WHAT THIS TASK INVOLVES:
Whenever the word "IFCSHAPEREPRESENTATION" shows up in a line of the data, copy that line.

RECORDS FOR THE EXERCISE:
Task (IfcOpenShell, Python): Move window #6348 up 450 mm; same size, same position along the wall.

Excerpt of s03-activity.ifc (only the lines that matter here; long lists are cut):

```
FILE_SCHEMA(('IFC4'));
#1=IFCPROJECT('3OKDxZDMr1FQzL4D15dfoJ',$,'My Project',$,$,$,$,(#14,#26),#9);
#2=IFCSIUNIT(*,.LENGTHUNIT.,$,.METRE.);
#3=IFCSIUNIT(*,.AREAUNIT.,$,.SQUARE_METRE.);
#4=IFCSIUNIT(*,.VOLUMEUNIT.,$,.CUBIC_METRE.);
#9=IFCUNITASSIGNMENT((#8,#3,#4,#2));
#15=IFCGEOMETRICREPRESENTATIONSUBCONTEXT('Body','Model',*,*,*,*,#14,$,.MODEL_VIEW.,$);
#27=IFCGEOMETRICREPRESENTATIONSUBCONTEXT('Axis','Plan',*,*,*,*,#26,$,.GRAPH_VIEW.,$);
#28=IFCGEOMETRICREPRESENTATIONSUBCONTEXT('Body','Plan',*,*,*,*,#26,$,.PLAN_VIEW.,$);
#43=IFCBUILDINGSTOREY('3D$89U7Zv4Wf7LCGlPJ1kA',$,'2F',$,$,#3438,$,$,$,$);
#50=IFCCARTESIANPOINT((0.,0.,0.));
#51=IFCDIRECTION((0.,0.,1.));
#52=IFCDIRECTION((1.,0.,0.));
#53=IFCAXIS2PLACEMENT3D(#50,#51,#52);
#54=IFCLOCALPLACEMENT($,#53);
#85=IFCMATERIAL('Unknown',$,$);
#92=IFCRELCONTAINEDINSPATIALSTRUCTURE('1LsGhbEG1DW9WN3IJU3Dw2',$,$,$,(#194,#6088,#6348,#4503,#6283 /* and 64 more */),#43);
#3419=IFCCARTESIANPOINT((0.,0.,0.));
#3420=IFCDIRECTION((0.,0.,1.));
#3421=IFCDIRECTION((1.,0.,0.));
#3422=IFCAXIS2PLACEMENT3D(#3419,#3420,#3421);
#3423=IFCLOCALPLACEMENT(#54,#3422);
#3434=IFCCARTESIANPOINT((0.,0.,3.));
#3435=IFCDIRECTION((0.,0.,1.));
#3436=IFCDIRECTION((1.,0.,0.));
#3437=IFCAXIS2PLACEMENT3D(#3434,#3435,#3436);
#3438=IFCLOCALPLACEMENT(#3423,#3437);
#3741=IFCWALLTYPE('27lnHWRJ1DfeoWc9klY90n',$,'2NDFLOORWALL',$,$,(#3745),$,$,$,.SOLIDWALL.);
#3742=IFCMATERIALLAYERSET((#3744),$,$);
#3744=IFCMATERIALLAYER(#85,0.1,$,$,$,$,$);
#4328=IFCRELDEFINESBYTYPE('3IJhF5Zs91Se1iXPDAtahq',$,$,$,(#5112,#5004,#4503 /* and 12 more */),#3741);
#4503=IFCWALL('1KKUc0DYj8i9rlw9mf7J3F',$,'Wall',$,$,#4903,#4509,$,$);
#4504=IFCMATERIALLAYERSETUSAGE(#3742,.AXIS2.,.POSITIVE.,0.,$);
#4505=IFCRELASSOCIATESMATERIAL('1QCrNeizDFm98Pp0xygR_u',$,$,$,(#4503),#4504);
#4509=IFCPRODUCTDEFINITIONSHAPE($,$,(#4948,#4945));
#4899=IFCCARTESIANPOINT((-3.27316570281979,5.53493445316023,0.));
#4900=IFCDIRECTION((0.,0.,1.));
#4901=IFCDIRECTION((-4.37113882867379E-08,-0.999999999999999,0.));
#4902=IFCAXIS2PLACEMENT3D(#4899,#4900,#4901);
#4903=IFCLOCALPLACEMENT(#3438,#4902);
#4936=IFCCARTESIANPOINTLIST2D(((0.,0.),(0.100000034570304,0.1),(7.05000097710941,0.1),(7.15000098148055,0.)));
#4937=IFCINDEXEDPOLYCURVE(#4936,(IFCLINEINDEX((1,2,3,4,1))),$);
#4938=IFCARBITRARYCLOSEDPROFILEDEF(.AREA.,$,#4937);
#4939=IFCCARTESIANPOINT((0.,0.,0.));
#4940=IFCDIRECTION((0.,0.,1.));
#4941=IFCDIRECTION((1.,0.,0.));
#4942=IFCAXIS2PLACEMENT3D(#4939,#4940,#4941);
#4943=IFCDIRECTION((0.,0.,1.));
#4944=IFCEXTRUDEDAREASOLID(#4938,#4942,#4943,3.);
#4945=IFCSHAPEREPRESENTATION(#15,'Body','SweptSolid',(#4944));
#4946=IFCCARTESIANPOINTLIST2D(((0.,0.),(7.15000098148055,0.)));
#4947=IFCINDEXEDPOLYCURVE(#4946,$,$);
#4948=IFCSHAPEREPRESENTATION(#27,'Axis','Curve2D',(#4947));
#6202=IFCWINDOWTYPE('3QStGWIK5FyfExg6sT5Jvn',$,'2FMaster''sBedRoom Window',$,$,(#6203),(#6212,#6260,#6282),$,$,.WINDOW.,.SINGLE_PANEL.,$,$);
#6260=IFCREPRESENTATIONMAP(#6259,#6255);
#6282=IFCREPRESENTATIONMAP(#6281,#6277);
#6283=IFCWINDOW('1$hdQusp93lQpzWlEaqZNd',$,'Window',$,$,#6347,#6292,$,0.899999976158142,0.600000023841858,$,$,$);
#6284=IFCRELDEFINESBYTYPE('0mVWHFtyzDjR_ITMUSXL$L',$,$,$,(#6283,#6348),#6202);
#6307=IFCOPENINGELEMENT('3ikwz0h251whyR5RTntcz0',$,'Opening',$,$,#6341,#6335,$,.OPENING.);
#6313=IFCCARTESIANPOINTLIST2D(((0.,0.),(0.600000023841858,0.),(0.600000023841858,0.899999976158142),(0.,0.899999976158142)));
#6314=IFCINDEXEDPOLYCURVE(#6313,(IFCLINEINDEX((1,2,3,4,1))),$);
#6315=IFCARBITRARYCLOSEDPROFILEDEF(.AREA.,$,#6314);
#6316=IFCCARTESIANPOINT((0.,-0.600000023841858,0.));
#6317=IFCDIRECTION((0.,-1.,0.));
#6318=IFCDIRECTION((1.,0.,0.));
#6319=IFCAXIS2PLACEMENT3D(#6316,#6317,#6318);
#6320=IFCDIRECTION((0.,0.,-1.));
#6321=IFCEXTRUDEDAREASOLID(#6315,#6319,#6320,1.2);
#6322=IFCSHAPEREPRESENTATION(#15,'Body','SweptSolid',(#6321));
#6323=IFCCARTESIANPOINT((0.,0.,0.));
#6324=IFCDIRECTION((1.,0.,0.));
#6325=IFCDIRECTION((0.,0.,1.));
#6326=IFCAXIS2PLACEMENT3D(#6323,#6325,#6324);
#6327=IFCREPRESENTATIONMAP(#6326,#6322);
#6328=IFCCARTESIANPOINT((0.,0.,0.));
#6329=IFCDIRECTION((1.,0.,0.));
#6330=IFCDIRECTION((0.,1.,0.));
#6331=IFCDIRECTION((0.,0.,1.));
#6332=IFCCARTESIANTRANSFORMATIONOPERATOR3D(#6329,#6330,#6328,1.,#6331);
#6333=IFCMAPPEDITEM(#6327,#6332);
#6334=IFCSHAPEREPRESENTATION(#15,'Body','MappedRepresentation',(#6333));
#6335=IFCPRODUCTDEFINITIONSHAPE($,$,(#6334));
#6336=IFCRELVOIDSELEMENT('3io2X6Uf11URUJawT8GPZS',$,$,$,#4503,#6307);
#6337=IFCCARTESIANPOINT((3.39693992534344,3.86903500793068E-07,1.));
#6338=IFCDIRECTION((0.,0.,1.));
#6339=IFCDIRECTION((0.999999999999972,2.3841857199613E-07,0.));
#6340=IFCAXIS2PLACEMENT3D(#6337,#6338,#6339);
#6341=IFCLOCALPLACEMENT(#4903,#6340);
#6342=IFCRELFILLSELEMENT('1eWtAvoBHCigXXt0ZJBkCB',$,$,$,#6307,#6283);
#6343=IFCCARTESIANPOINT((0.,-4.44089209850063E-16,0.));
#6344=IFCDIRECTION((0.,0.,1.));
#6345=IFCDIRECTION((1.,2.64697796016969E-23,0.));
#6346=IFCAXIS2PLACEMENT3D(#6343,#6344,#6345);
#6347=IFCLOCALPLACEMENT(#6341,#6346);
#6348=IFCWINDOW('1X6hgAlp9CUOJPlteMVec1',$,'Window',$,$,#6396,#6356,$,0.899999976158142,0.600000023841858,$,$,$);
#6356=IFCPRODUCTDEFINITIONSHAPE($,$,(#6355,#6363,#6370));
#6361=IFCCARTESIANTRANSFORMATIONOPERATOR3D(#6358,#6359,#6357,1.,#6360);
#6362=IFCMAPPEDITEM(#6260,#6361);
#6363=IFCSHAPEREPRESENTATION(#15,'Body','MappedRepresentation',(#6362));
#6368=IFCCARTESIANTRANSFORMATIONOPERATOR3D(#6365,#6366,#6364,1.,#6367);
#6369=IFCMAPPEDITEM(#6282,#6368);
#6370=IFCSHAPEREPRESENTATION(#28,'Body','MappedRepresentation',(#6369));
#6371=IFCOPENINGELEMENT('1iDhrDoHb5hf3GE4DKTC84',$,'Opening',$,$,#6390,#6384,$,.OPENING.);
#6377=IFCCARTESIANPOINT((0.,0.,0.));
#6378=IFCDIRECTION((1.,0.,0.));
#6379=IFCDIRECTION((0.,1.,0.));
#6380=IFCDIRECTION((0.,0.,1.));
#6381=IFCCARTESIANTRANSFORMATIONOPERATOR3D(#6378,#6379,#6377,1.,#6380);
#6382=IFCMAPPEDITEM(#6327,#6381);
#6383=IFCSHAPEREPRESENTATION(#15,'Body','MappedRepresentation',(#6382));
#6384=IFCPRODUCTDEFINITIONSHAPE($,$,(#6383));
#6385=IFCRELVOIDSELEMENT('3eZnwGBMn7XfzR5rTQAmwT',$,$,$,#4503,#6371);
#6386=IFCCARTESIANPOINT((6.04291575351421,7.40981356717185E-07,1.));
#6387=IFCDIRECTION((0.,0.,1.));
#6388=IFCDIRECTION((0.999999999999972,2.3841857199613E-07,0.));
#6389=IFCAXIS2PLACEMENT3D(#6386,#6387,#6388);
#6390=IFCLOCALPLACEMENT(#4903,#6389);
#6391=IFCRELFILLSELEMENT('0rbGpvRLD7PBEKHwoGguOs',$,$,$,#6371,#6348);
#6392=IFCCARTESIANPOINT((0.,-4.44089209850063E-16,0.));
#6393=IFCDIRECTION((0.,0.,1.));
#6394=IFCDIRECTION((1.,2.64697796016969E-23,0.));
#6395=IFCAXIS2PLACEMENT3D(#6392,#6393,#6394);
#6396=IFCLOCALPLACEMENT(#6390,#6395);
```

```python
import numpy as np
import ifcopenshell
import ifcopenshell.api.geometry
import ifcopenshell.util.placement
import ifcopenshell.util.unit

model = ifcopenshell.open("s03-activity.ifc")
unit_scale = ifcopenshell.util.unit.calculate_unit_scale(model)

window = model.by_guid("1X6hgAlp9CUOJPlteMVec1")
opening = window.FillsVoids[0].RelatingOpeningElement
dz = 0.45 / unit_scale

shift = np.array([0.0, 0.0, dz])
# The window is placed relative to its opening, so it follows when the opening moves.
matrix = ifcopenshell.util.placement.get_local_placement(opening.ObjectPlacement)
matrix[:3, 3] += shift
ifcopenshell.api.geometry.edit_object_placement(
    model, product=opening, matrix=matrix, is_si=False, should_transform_children=True
)

print(f"moved by {dz * unit_scale:+.3f} m")

model.write("s03-activity_rev.ifc")
```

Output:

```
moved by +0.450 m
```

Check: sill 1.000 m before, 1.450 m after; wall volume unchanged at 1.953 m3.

EXERCISE RESULT:
#4945=IFCSHAPEREPRESENTATION(#15,'Body','SweptSolid',(#4944));
#4948=IFCSHAPEREPRESENTATION(#27,'Axis','Curve2D',(#4947));
#6322=IFCSHAPEREPRESENTATION(#15,'Body','SweptSolid',(#6321));
#6334=IFCSHAPEREPRESENTATION(#15,'Body','MappedRepresentation',(#6333));
#6363=IFCSHAPEREPRESENTATION(#15,'Body','MappedRepresentation',(#6362));
#6370=IFCSHAPEREPRESENTATION(#28,'Body','MappedRepresentation',(#6369));
#6383=IFCSHAPEREPRESENTATION(#15,'Body','MappedRepresentation',(#6382));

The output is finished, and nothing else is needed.